_WHAT IS EXPECTED_
Here are some records; copy every line that holds the word "IFCSIUNIT".

━━ SUPPLIED DATA

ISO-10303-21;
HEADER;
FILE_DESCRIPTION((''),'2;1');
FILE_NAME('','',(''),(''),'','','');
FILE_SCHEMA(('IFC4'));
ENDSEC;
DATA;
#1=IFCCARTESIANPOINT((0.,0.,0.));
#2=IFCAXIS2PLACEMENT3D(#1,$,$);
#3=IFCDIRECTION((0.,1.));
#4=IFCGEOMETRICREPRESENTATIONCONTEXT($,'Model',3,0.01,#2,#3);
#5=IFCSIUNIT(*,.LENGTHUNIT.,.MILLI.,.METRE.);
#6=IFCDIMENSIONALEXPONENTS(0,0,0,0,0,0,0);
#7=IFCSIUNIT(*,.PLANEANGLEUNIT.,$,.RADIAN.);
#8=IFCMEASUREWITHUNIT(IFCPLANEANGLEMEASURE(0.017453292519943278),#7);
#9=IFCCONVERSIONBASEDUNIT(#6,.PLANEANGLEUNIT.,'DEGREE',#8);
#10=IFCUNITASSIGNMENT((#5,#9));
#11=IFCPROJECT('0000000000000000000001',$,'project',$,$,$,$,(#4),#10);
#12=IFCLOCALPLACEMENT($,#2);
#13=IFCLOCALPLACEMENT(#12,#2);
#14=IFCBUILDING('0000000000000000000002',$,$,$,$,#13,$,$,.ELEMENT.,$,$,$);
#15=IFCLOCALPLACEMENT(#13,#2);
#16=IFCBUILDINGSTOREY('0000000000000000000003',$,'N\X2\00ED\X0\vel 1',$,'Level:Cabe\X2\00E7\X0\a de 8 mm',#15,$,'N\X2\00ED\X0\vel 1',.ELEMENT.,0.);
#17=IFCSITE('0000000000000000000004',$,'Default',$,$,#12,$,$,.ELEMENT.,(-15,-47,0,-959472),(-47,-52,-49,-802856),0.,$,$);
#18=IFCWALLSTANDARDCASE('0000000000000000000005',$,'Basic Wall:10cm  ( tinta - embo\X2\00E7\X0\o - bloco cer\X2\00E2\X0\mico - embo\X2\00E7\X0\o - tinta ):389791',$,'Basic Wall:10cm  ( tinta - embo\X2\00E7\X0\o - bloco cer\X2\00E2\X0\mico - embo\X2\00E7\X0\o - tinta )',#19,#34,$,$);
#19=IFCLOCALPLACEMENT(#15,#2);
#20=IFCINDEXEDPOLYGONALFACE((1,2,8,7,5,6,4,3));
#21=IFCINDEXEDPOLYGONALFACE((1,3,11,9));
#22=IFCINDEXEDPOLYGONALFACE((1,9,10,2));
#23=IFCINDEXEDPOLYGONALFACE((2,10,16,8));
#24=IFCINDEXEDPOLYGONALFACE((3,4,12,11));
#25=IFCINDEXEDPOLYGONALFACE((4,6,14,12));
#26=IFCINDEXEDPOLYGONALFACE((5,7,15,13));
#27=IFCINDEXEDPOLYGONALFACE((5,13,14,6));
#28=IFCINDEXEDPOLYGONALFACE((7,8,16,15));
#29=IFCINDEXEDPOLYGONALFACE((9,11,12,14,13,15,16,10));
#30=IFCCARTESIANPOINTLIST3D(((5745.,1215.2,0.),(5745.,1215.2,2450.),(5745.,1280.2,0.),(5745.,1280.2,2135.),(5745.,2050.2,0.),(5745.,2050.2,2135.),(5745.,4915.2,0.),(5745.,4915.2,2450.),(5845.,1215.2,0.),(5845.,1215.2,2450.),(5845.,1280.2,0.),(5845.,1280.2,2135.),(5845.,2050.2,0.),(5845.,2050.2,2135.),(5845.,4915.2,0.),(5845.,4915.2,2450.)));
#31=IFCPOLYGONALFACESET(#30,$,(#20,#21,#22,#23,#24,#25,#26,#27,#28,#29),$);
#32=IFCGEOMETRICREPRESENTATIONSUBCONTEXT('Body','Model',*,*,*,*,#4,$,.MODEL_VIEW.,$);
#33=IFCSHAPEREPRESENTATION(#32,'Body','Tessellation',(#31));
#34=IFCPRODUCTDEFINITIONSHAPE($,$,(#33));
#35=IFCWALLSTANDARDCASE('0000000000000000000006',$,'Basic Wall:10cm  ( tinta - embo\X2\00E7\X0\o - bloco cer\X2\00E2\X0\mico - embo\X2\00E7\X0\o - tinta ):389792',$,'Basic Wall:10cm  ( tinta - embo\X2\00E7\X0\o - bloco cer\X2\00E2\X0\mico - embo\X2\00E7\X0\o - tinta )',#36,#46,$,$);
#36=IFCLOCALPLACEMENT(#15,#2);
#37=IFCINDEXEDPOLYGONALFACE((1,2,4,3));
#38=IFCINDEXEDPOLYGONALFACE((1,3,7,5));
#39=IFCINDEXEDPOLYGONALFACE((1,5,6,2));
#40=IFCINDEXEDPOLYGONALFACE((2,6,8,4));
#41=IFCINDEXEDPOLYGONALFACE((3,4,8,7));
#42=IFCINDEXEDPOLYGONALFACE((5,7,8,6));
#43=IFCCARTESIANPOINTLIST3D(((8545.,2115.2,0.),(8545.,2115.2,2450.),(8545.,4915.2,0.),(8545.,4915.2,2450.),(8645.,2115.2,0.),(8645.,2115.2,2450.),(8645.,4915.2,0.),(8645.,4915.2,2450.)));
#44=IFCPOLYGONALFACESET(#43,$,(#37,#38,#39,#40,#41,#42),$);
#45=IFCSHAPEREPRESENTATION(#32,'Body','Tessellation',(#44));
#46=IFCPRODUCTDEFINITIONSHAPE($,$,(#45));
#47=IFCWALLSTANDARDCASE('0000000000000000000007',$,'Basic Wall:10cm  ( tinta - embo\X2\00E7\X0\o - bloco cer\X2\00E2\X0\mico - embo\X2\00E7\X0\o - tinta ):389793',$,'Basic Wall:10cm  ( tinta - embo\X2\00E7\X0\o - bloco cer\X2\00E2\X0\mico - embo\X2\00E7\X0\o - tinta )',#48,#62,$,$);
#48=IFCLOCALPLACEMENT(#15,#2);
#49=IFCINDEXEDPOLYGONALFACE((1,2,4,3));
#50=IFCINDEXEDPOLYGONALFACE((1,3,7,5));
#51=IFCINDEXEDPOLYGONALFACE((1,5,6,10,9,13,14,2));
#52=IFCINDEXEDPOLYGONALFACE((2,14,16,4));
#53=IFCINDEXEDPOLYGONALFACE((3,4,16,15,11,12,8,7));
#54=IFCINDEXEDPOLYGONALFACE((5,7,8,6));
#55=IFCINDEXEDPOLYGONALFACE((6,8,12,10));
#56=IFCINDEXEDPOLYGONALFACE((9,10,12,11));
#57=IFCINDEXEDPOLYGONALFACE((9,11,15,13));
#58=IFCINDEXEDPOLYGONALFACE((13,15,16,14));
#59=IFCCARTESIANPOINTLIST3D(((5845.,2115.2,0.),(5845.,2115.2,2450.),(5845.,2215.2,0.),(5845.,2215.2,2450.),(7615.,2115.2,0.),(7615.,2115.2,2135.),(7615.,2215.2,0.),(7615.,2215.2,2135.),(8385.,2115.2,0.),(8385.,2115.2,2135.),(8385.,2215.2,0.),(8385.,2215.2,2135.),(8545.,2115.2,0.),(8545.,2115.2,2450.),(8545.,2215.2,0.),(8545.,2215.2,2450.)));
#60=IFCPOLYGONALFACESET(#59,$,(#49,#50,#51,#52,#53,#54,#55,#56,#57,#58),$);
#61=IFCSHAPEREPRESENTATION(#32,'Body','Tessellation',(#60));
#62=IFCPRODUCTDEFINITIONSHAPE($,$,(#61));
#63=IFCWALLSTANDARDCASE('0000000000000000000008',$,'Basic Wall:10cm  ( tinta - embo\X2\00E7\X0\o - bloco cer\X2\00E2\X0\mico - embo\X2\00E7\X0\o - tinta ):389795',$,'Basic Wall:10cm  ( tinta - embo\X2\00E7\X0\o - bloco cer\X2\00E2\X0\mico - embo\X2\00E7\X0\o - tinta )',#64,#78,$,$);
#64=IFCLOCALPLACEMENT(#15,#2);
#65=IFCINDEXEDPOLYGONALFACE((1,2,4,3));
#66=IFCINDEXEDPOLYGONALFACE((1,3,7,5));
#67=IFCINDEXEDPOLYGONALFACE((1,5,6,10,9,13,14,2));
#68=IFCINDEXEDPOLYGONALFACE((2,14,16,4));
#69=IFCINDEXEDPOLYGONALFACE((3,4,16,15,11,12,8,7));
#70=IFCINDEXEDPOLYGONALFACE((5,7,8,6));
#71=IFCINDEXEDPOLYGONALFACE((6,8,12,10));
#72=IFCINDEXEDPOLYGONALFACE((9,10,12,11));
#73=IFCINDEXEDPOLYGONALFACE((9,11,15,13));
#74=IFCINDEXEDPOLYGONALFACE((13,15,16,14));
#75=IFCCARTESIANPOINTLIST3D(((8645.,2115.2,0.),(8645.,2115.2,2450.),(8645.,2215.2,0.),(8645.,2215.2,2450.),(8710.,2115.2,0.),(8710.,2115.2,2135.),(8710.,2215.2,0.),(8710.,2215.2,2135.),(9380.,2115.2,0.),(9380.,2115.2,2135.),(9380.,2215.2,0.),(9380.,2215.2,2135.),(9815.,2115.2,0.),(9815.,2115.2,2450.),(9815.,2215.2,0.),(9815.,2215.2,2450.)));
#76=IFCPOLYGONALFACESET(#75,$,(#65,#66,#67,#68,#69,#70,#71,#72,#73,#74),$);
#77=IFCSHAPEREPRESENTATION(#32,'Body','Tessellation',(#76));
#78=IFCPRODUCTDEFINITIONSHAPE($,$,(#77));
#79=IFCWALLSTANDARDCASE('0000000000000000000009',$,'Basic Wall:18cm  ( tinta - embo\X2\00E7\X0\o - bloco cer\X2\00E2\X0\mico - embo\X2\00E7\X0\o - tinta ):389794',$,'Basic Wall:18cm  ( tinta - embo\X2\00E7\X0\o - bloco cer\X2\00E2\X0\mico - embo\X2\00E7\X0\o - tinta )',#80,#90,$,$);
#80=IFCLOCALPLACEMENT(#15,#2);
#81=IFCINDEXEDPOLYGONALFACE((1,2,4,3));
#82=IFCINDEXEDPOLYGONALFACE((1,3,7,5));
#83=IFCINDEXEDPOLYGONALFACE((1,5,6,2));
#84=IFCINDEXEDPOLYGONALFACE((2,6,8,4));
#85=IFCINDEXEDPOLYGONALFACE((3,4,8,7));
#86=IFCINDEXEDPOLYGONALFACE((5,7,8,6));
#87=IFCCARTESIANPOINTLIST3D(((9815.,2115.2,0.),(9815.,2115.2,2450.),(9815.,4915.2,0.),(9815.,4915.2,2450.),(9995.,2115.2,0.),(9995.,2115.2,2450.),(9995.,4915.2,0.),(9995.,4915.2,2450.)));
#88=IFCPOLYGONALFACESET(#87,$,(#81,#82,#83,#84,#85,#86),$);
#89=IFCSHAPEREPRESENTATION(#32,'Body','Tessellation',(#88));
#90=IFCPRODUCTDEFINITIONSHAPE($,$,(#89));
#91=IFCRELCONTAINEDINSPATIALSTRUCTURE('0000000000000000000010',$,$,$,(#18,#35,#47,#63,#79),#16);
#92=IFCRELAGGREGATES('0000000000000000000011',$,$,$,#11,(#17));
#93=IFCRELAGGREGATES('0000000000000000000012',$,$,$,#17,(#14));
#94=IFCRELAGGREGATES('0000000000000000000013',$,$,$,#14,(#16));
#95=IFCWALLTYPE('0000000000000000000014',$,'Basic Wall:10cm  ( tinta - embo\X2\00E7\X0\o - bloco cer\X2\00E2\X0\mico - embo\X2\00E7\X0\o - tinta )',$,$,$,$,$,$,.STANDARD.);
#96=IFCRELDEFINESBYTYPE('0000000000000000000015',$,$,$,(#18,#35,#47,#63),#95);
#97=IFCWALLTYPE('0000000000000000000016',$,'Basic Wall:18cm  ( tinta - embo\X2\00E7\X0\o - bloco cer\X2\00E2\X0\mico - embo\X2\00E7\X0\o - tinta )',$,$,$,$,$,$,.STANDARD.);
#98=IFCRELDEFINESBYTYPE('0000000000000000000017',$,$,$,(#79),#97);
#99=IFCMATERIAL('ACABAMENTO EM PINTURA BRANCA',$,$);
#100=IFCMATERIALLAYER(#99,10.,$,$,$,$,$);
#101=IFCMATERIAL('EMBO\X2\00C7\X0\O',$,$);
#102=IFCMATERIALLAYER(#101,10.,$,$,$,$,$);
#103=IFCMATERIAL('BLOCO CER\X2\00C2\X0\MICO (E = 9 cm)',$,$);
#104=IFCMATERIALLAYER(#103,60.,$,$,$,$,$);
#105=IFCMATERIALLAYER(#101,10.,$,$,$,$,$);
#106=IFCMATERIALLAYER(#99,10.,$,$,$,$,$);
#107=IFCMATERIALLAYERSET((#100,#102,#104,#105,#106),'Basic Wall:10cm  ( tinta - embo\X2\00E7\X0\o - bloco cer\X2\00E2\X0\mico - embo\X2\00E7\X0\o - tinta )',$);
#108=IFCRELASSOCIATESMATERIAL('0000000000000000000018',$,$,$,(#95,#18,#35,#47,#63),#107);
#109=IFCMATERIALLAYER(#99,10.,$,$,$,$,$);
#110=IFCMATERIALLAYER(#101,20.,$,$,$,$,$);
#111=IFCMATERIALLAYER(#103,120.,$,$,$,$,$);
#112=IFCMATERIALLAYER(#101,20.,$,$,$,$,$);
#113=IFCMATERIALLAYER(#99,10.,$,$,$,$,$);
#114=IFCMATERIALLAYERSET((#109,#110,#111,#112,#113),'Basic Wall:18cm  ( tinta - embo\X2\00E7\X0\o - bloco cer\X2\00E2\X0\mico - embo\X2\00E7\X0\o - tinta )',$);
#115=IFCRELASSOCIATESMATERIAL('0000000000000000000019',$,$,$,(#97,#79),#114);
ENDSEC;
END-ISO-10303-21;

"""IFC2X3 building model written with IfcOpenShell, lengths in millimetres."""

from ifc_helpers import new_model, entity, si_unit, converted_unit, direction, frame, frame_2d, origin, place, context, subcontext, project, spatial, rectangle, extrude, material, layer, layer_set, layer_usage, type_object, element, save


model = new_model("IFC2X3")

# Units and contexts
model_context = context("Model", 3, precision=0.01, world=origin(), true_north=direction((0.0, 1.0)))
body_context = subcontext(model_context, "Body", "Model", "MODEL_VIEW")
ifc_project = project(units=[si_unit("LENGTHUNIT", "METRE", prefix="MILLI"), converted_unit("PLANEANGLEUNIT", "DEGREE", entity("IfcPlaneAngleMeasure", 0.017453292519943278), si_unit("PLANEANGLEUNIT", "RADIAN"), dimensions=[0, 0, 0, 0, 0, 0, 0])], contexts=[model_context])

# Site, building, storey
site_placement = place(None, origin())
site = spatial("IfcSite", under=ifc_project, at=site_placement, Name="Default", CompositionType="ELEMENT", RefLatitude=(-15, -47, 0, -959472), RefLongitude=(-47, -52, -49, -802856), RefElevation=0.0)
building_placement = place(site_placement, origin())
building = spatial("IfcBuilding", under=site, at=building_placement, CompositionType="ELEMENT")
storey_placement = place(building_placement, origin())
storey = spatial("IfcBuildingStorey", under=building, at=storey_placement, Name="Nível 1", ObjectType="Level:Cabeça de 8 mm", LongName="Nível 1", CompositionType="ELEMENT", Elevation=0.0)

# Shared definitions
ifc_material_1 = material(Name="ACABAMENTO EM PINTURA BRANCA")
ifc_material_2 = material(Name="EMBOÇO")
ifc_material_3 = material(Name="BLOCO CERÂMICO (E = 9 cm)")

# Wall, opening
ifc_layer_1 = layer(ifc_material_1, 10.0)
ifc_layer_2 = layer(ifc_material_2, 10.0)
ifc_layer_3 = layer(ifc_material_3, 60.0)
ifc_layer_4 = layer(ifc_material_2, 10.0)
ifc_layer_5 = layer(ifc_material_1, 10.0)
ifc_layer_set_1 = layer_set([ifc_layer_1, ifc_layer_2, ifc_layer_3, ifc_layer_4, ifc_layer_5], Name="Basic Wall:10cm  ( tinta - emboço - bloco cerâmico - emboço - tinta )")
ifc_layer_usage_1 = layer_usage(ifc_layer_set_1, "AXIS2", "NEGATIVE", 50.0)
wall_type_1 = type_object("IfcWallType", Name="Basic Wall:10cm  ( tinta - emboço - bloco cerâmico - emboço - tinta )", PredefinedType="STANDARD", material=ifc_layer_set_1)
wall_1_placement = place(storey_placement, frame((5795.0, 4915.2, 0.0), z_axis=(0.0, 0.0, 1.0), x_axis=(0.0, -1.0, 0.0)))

━━━━

_ANSWER TO THIS EXERCISE_
#5=IFCSIUNIT(*,.LENGTHUNIT.,.MILLI.,.METRE.);
#7=IFCSIUNIT(*,.PLANEANGLEUNIT.,$,.RADIAN.);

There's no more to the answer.